PARIS, 28 Avril (Reuter). — Pendant qu’Alain Juppé et Lionel Jospin se consacraient à la campagne des législatives dans leurs circonscriptions respectives, Charles Pasqua a effectué une entrée en fanfare dans la bataille électorale.
«Comprenons bien qu’il n’y aura pas de «nouvel élan» sans une nouvelle politique», a déclaré l’ancien ministre RPR de l’Intérieur, paraphrasant le slogan de la majorité, devant la convention nationale de son mouvement «Demain la France».
Il a estimé que la façon dont la majorité RPR-UDF avait engagé la campagne n’était pas à la «hauteur de l’enjeu qui est proposé aux Français» par le président Jacques Chirac.
Il est revenu à la charge sur France 2: «Je ne suis pas sûr que les réformes que l’on va nous proposer sont suffisantes», a-t-il dit sans vouloir prendre position sur le maintien ou non d’Alain Juppé au poste de premier ministre après les élections. «Si demain (le chef de l’Etat) veut maintenir M. Juppé, il le maintiendra, a-t-il dit. Mais de toute façon, il faudra une autre politique».

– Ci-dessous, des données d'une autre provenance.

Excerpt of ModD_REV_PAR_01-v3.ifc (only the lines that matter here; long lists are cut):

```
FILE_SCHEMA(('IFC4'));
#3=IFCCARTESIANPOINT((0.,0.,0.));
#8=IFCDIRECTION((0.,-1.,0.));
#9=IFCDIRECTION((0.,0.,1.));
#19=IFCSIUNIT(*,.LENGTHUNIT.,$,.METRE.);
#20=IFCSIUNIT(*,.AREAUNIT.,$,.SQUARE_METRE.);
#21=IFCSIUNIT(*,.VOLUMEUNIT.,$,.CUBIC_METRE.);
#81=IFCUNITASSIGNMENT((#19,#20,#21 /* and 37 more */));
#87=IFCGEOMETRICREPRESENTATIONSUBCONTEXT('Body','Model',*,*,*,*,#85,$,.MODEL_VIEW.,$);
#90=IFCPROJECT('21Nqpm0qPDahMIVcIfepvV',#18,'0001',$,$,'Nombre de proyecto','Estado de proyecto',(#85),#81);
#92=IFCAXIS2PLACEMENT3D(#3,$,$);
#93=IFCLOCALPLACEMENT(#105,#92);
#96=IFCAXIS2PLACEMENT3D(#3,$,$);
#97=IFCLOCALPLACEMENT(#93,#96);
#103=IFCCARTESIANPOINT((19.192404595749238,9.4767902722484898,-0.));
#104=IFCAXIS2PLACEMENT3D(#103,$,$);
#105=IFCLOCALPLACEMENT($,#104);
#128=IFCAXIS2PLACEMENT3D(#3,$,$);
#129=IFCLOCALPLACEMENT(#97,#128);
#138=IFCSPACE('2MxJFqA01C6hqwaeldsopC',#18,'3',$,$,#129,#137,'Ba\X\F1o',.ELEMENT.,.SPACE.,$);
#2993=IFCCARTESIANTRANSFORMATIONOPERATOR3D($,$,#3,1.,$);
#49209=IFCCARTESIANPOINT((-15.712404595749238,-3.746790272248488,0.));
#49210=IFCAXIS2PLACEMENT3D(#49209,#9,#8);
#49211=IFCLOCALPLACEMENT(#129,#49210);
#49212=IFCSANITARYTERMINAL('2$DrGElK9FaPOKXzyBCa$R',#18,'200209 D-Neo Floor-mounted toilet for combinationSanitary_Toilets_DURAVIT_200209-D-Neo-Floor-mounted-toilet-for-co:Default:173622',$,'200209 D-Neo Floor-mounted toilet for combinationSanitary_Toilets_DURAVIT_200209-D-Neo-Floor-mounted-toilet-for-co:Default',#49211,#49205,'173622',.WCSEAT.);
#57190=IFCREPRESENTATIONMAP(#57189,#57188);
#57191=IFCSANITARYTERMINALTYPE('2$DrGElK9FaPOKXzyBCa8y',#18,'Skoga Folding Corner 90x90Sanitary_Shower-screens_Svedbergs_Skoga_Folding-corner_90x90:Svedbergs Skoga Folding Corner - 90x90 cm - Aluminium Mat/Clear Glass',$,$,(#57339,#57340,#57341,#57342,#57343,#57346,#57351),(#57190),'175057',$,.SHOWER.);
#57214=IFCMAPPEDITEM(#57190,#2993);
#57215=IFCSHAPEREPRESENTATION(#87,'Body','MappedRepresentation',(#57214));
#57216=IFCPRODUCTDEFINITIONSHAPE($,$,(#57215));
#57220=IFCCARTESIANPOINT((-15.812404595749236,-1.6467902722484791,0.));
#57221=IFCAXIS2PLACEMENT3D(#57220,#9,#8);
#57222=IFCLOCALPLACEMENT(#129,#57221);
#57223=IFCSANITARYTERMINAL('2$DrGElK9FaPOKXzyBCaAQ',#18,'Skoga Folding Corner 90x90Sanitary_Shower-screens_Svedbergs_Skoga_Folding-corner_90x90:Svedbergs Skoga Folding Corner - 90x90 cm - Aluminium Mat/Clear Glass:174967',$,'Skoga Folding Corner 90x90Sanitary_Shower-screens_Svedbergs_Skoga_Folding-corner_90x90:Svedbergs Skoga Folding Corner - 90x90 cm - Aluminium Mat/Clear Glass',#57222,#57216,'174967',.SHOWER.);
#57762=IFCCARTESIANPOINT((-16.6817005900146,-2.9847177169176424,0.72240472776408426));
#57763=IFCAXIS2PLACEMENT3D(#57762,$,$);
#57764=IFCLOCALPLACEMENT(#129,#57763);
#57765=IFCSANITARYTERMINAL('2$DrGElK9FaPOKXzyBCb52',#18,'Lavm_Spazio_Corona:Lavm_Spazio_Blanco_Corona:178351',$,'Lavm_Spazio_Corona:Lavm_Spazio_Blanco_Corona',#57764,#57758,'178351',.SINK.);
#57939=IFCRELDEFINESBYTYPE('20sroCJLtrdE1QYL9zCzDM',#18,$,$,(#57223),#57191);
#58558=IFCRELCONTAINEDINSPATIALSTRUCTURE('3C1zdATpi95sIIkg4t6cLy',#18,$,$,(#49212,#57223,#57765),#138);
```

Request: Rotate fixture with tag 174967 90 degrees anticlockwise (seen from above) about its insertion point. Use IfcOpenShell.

```python
import ifcopenshell
import ifcopenshell.api.geometry
import ifcopenshell.util.placement

model = ifcopenshell.open("ModD_REV_PAR_01-v3.ifc")

item = model.by_guid("2$DrGElK9FaPOKXzyBCaAQ")
matrix = ifcopenshell.util.placement.get_local_placement(item.ObjectPlacement)
matrix = matrix @ ifcopenshell.util.placement.rotation(90, "Z")
ifcopenshell.api.geometry.edit_object_placement(model, product=item, matrix=matrix, is_si=False)

print(ifcopenshell.util.placement.get_local_placement(item.ObjectPlacement).round(3) + 0.0)

model.write("ModD_REV_PAR_01-v3_v2.ifc")
```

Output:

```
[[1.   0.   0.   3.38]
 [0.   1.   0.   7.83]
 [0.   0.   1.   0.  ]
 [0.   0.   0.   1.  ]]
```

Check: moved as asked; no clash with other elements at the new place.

Alain Juppé et le premier secrétaire du Parti socialiste, Lionel Jospin, ont pour leur part continué leur débat à distance sur l’organisation d’un affrontement télévisé.
Lionel Jospin, qui refuse un débat à quatre entre les dirigeants des quatre principaux partis, et a passé une grande partie des journées de vendredi et samedi à sillonner son fief de Cintegabelle, en Haute-Garonne, a accusé le premier ministre de se «dérober» à un face-à-face télévisé avec lui.

Prendre du recul

«Si Alain Juppé ne veut pas être confronté directement à moi, c’est au pays et à ses électeurs qu’il sera directement confronté», a-t-il ajouté.
«M. Jospin a répondu peut-être un peu vite lorsqu’il a refusé cette proposition (de débat à quatre) de TF1», a pour sa part déclaré le premier ministre lors d’une conférence de presse dans sa ville de Bordeaux. «En prenant du recul, il y viendra».
Les deux autres protagonistes pressentis d’un débat à quatre ont également déploré le refus du dirigeant socialiste.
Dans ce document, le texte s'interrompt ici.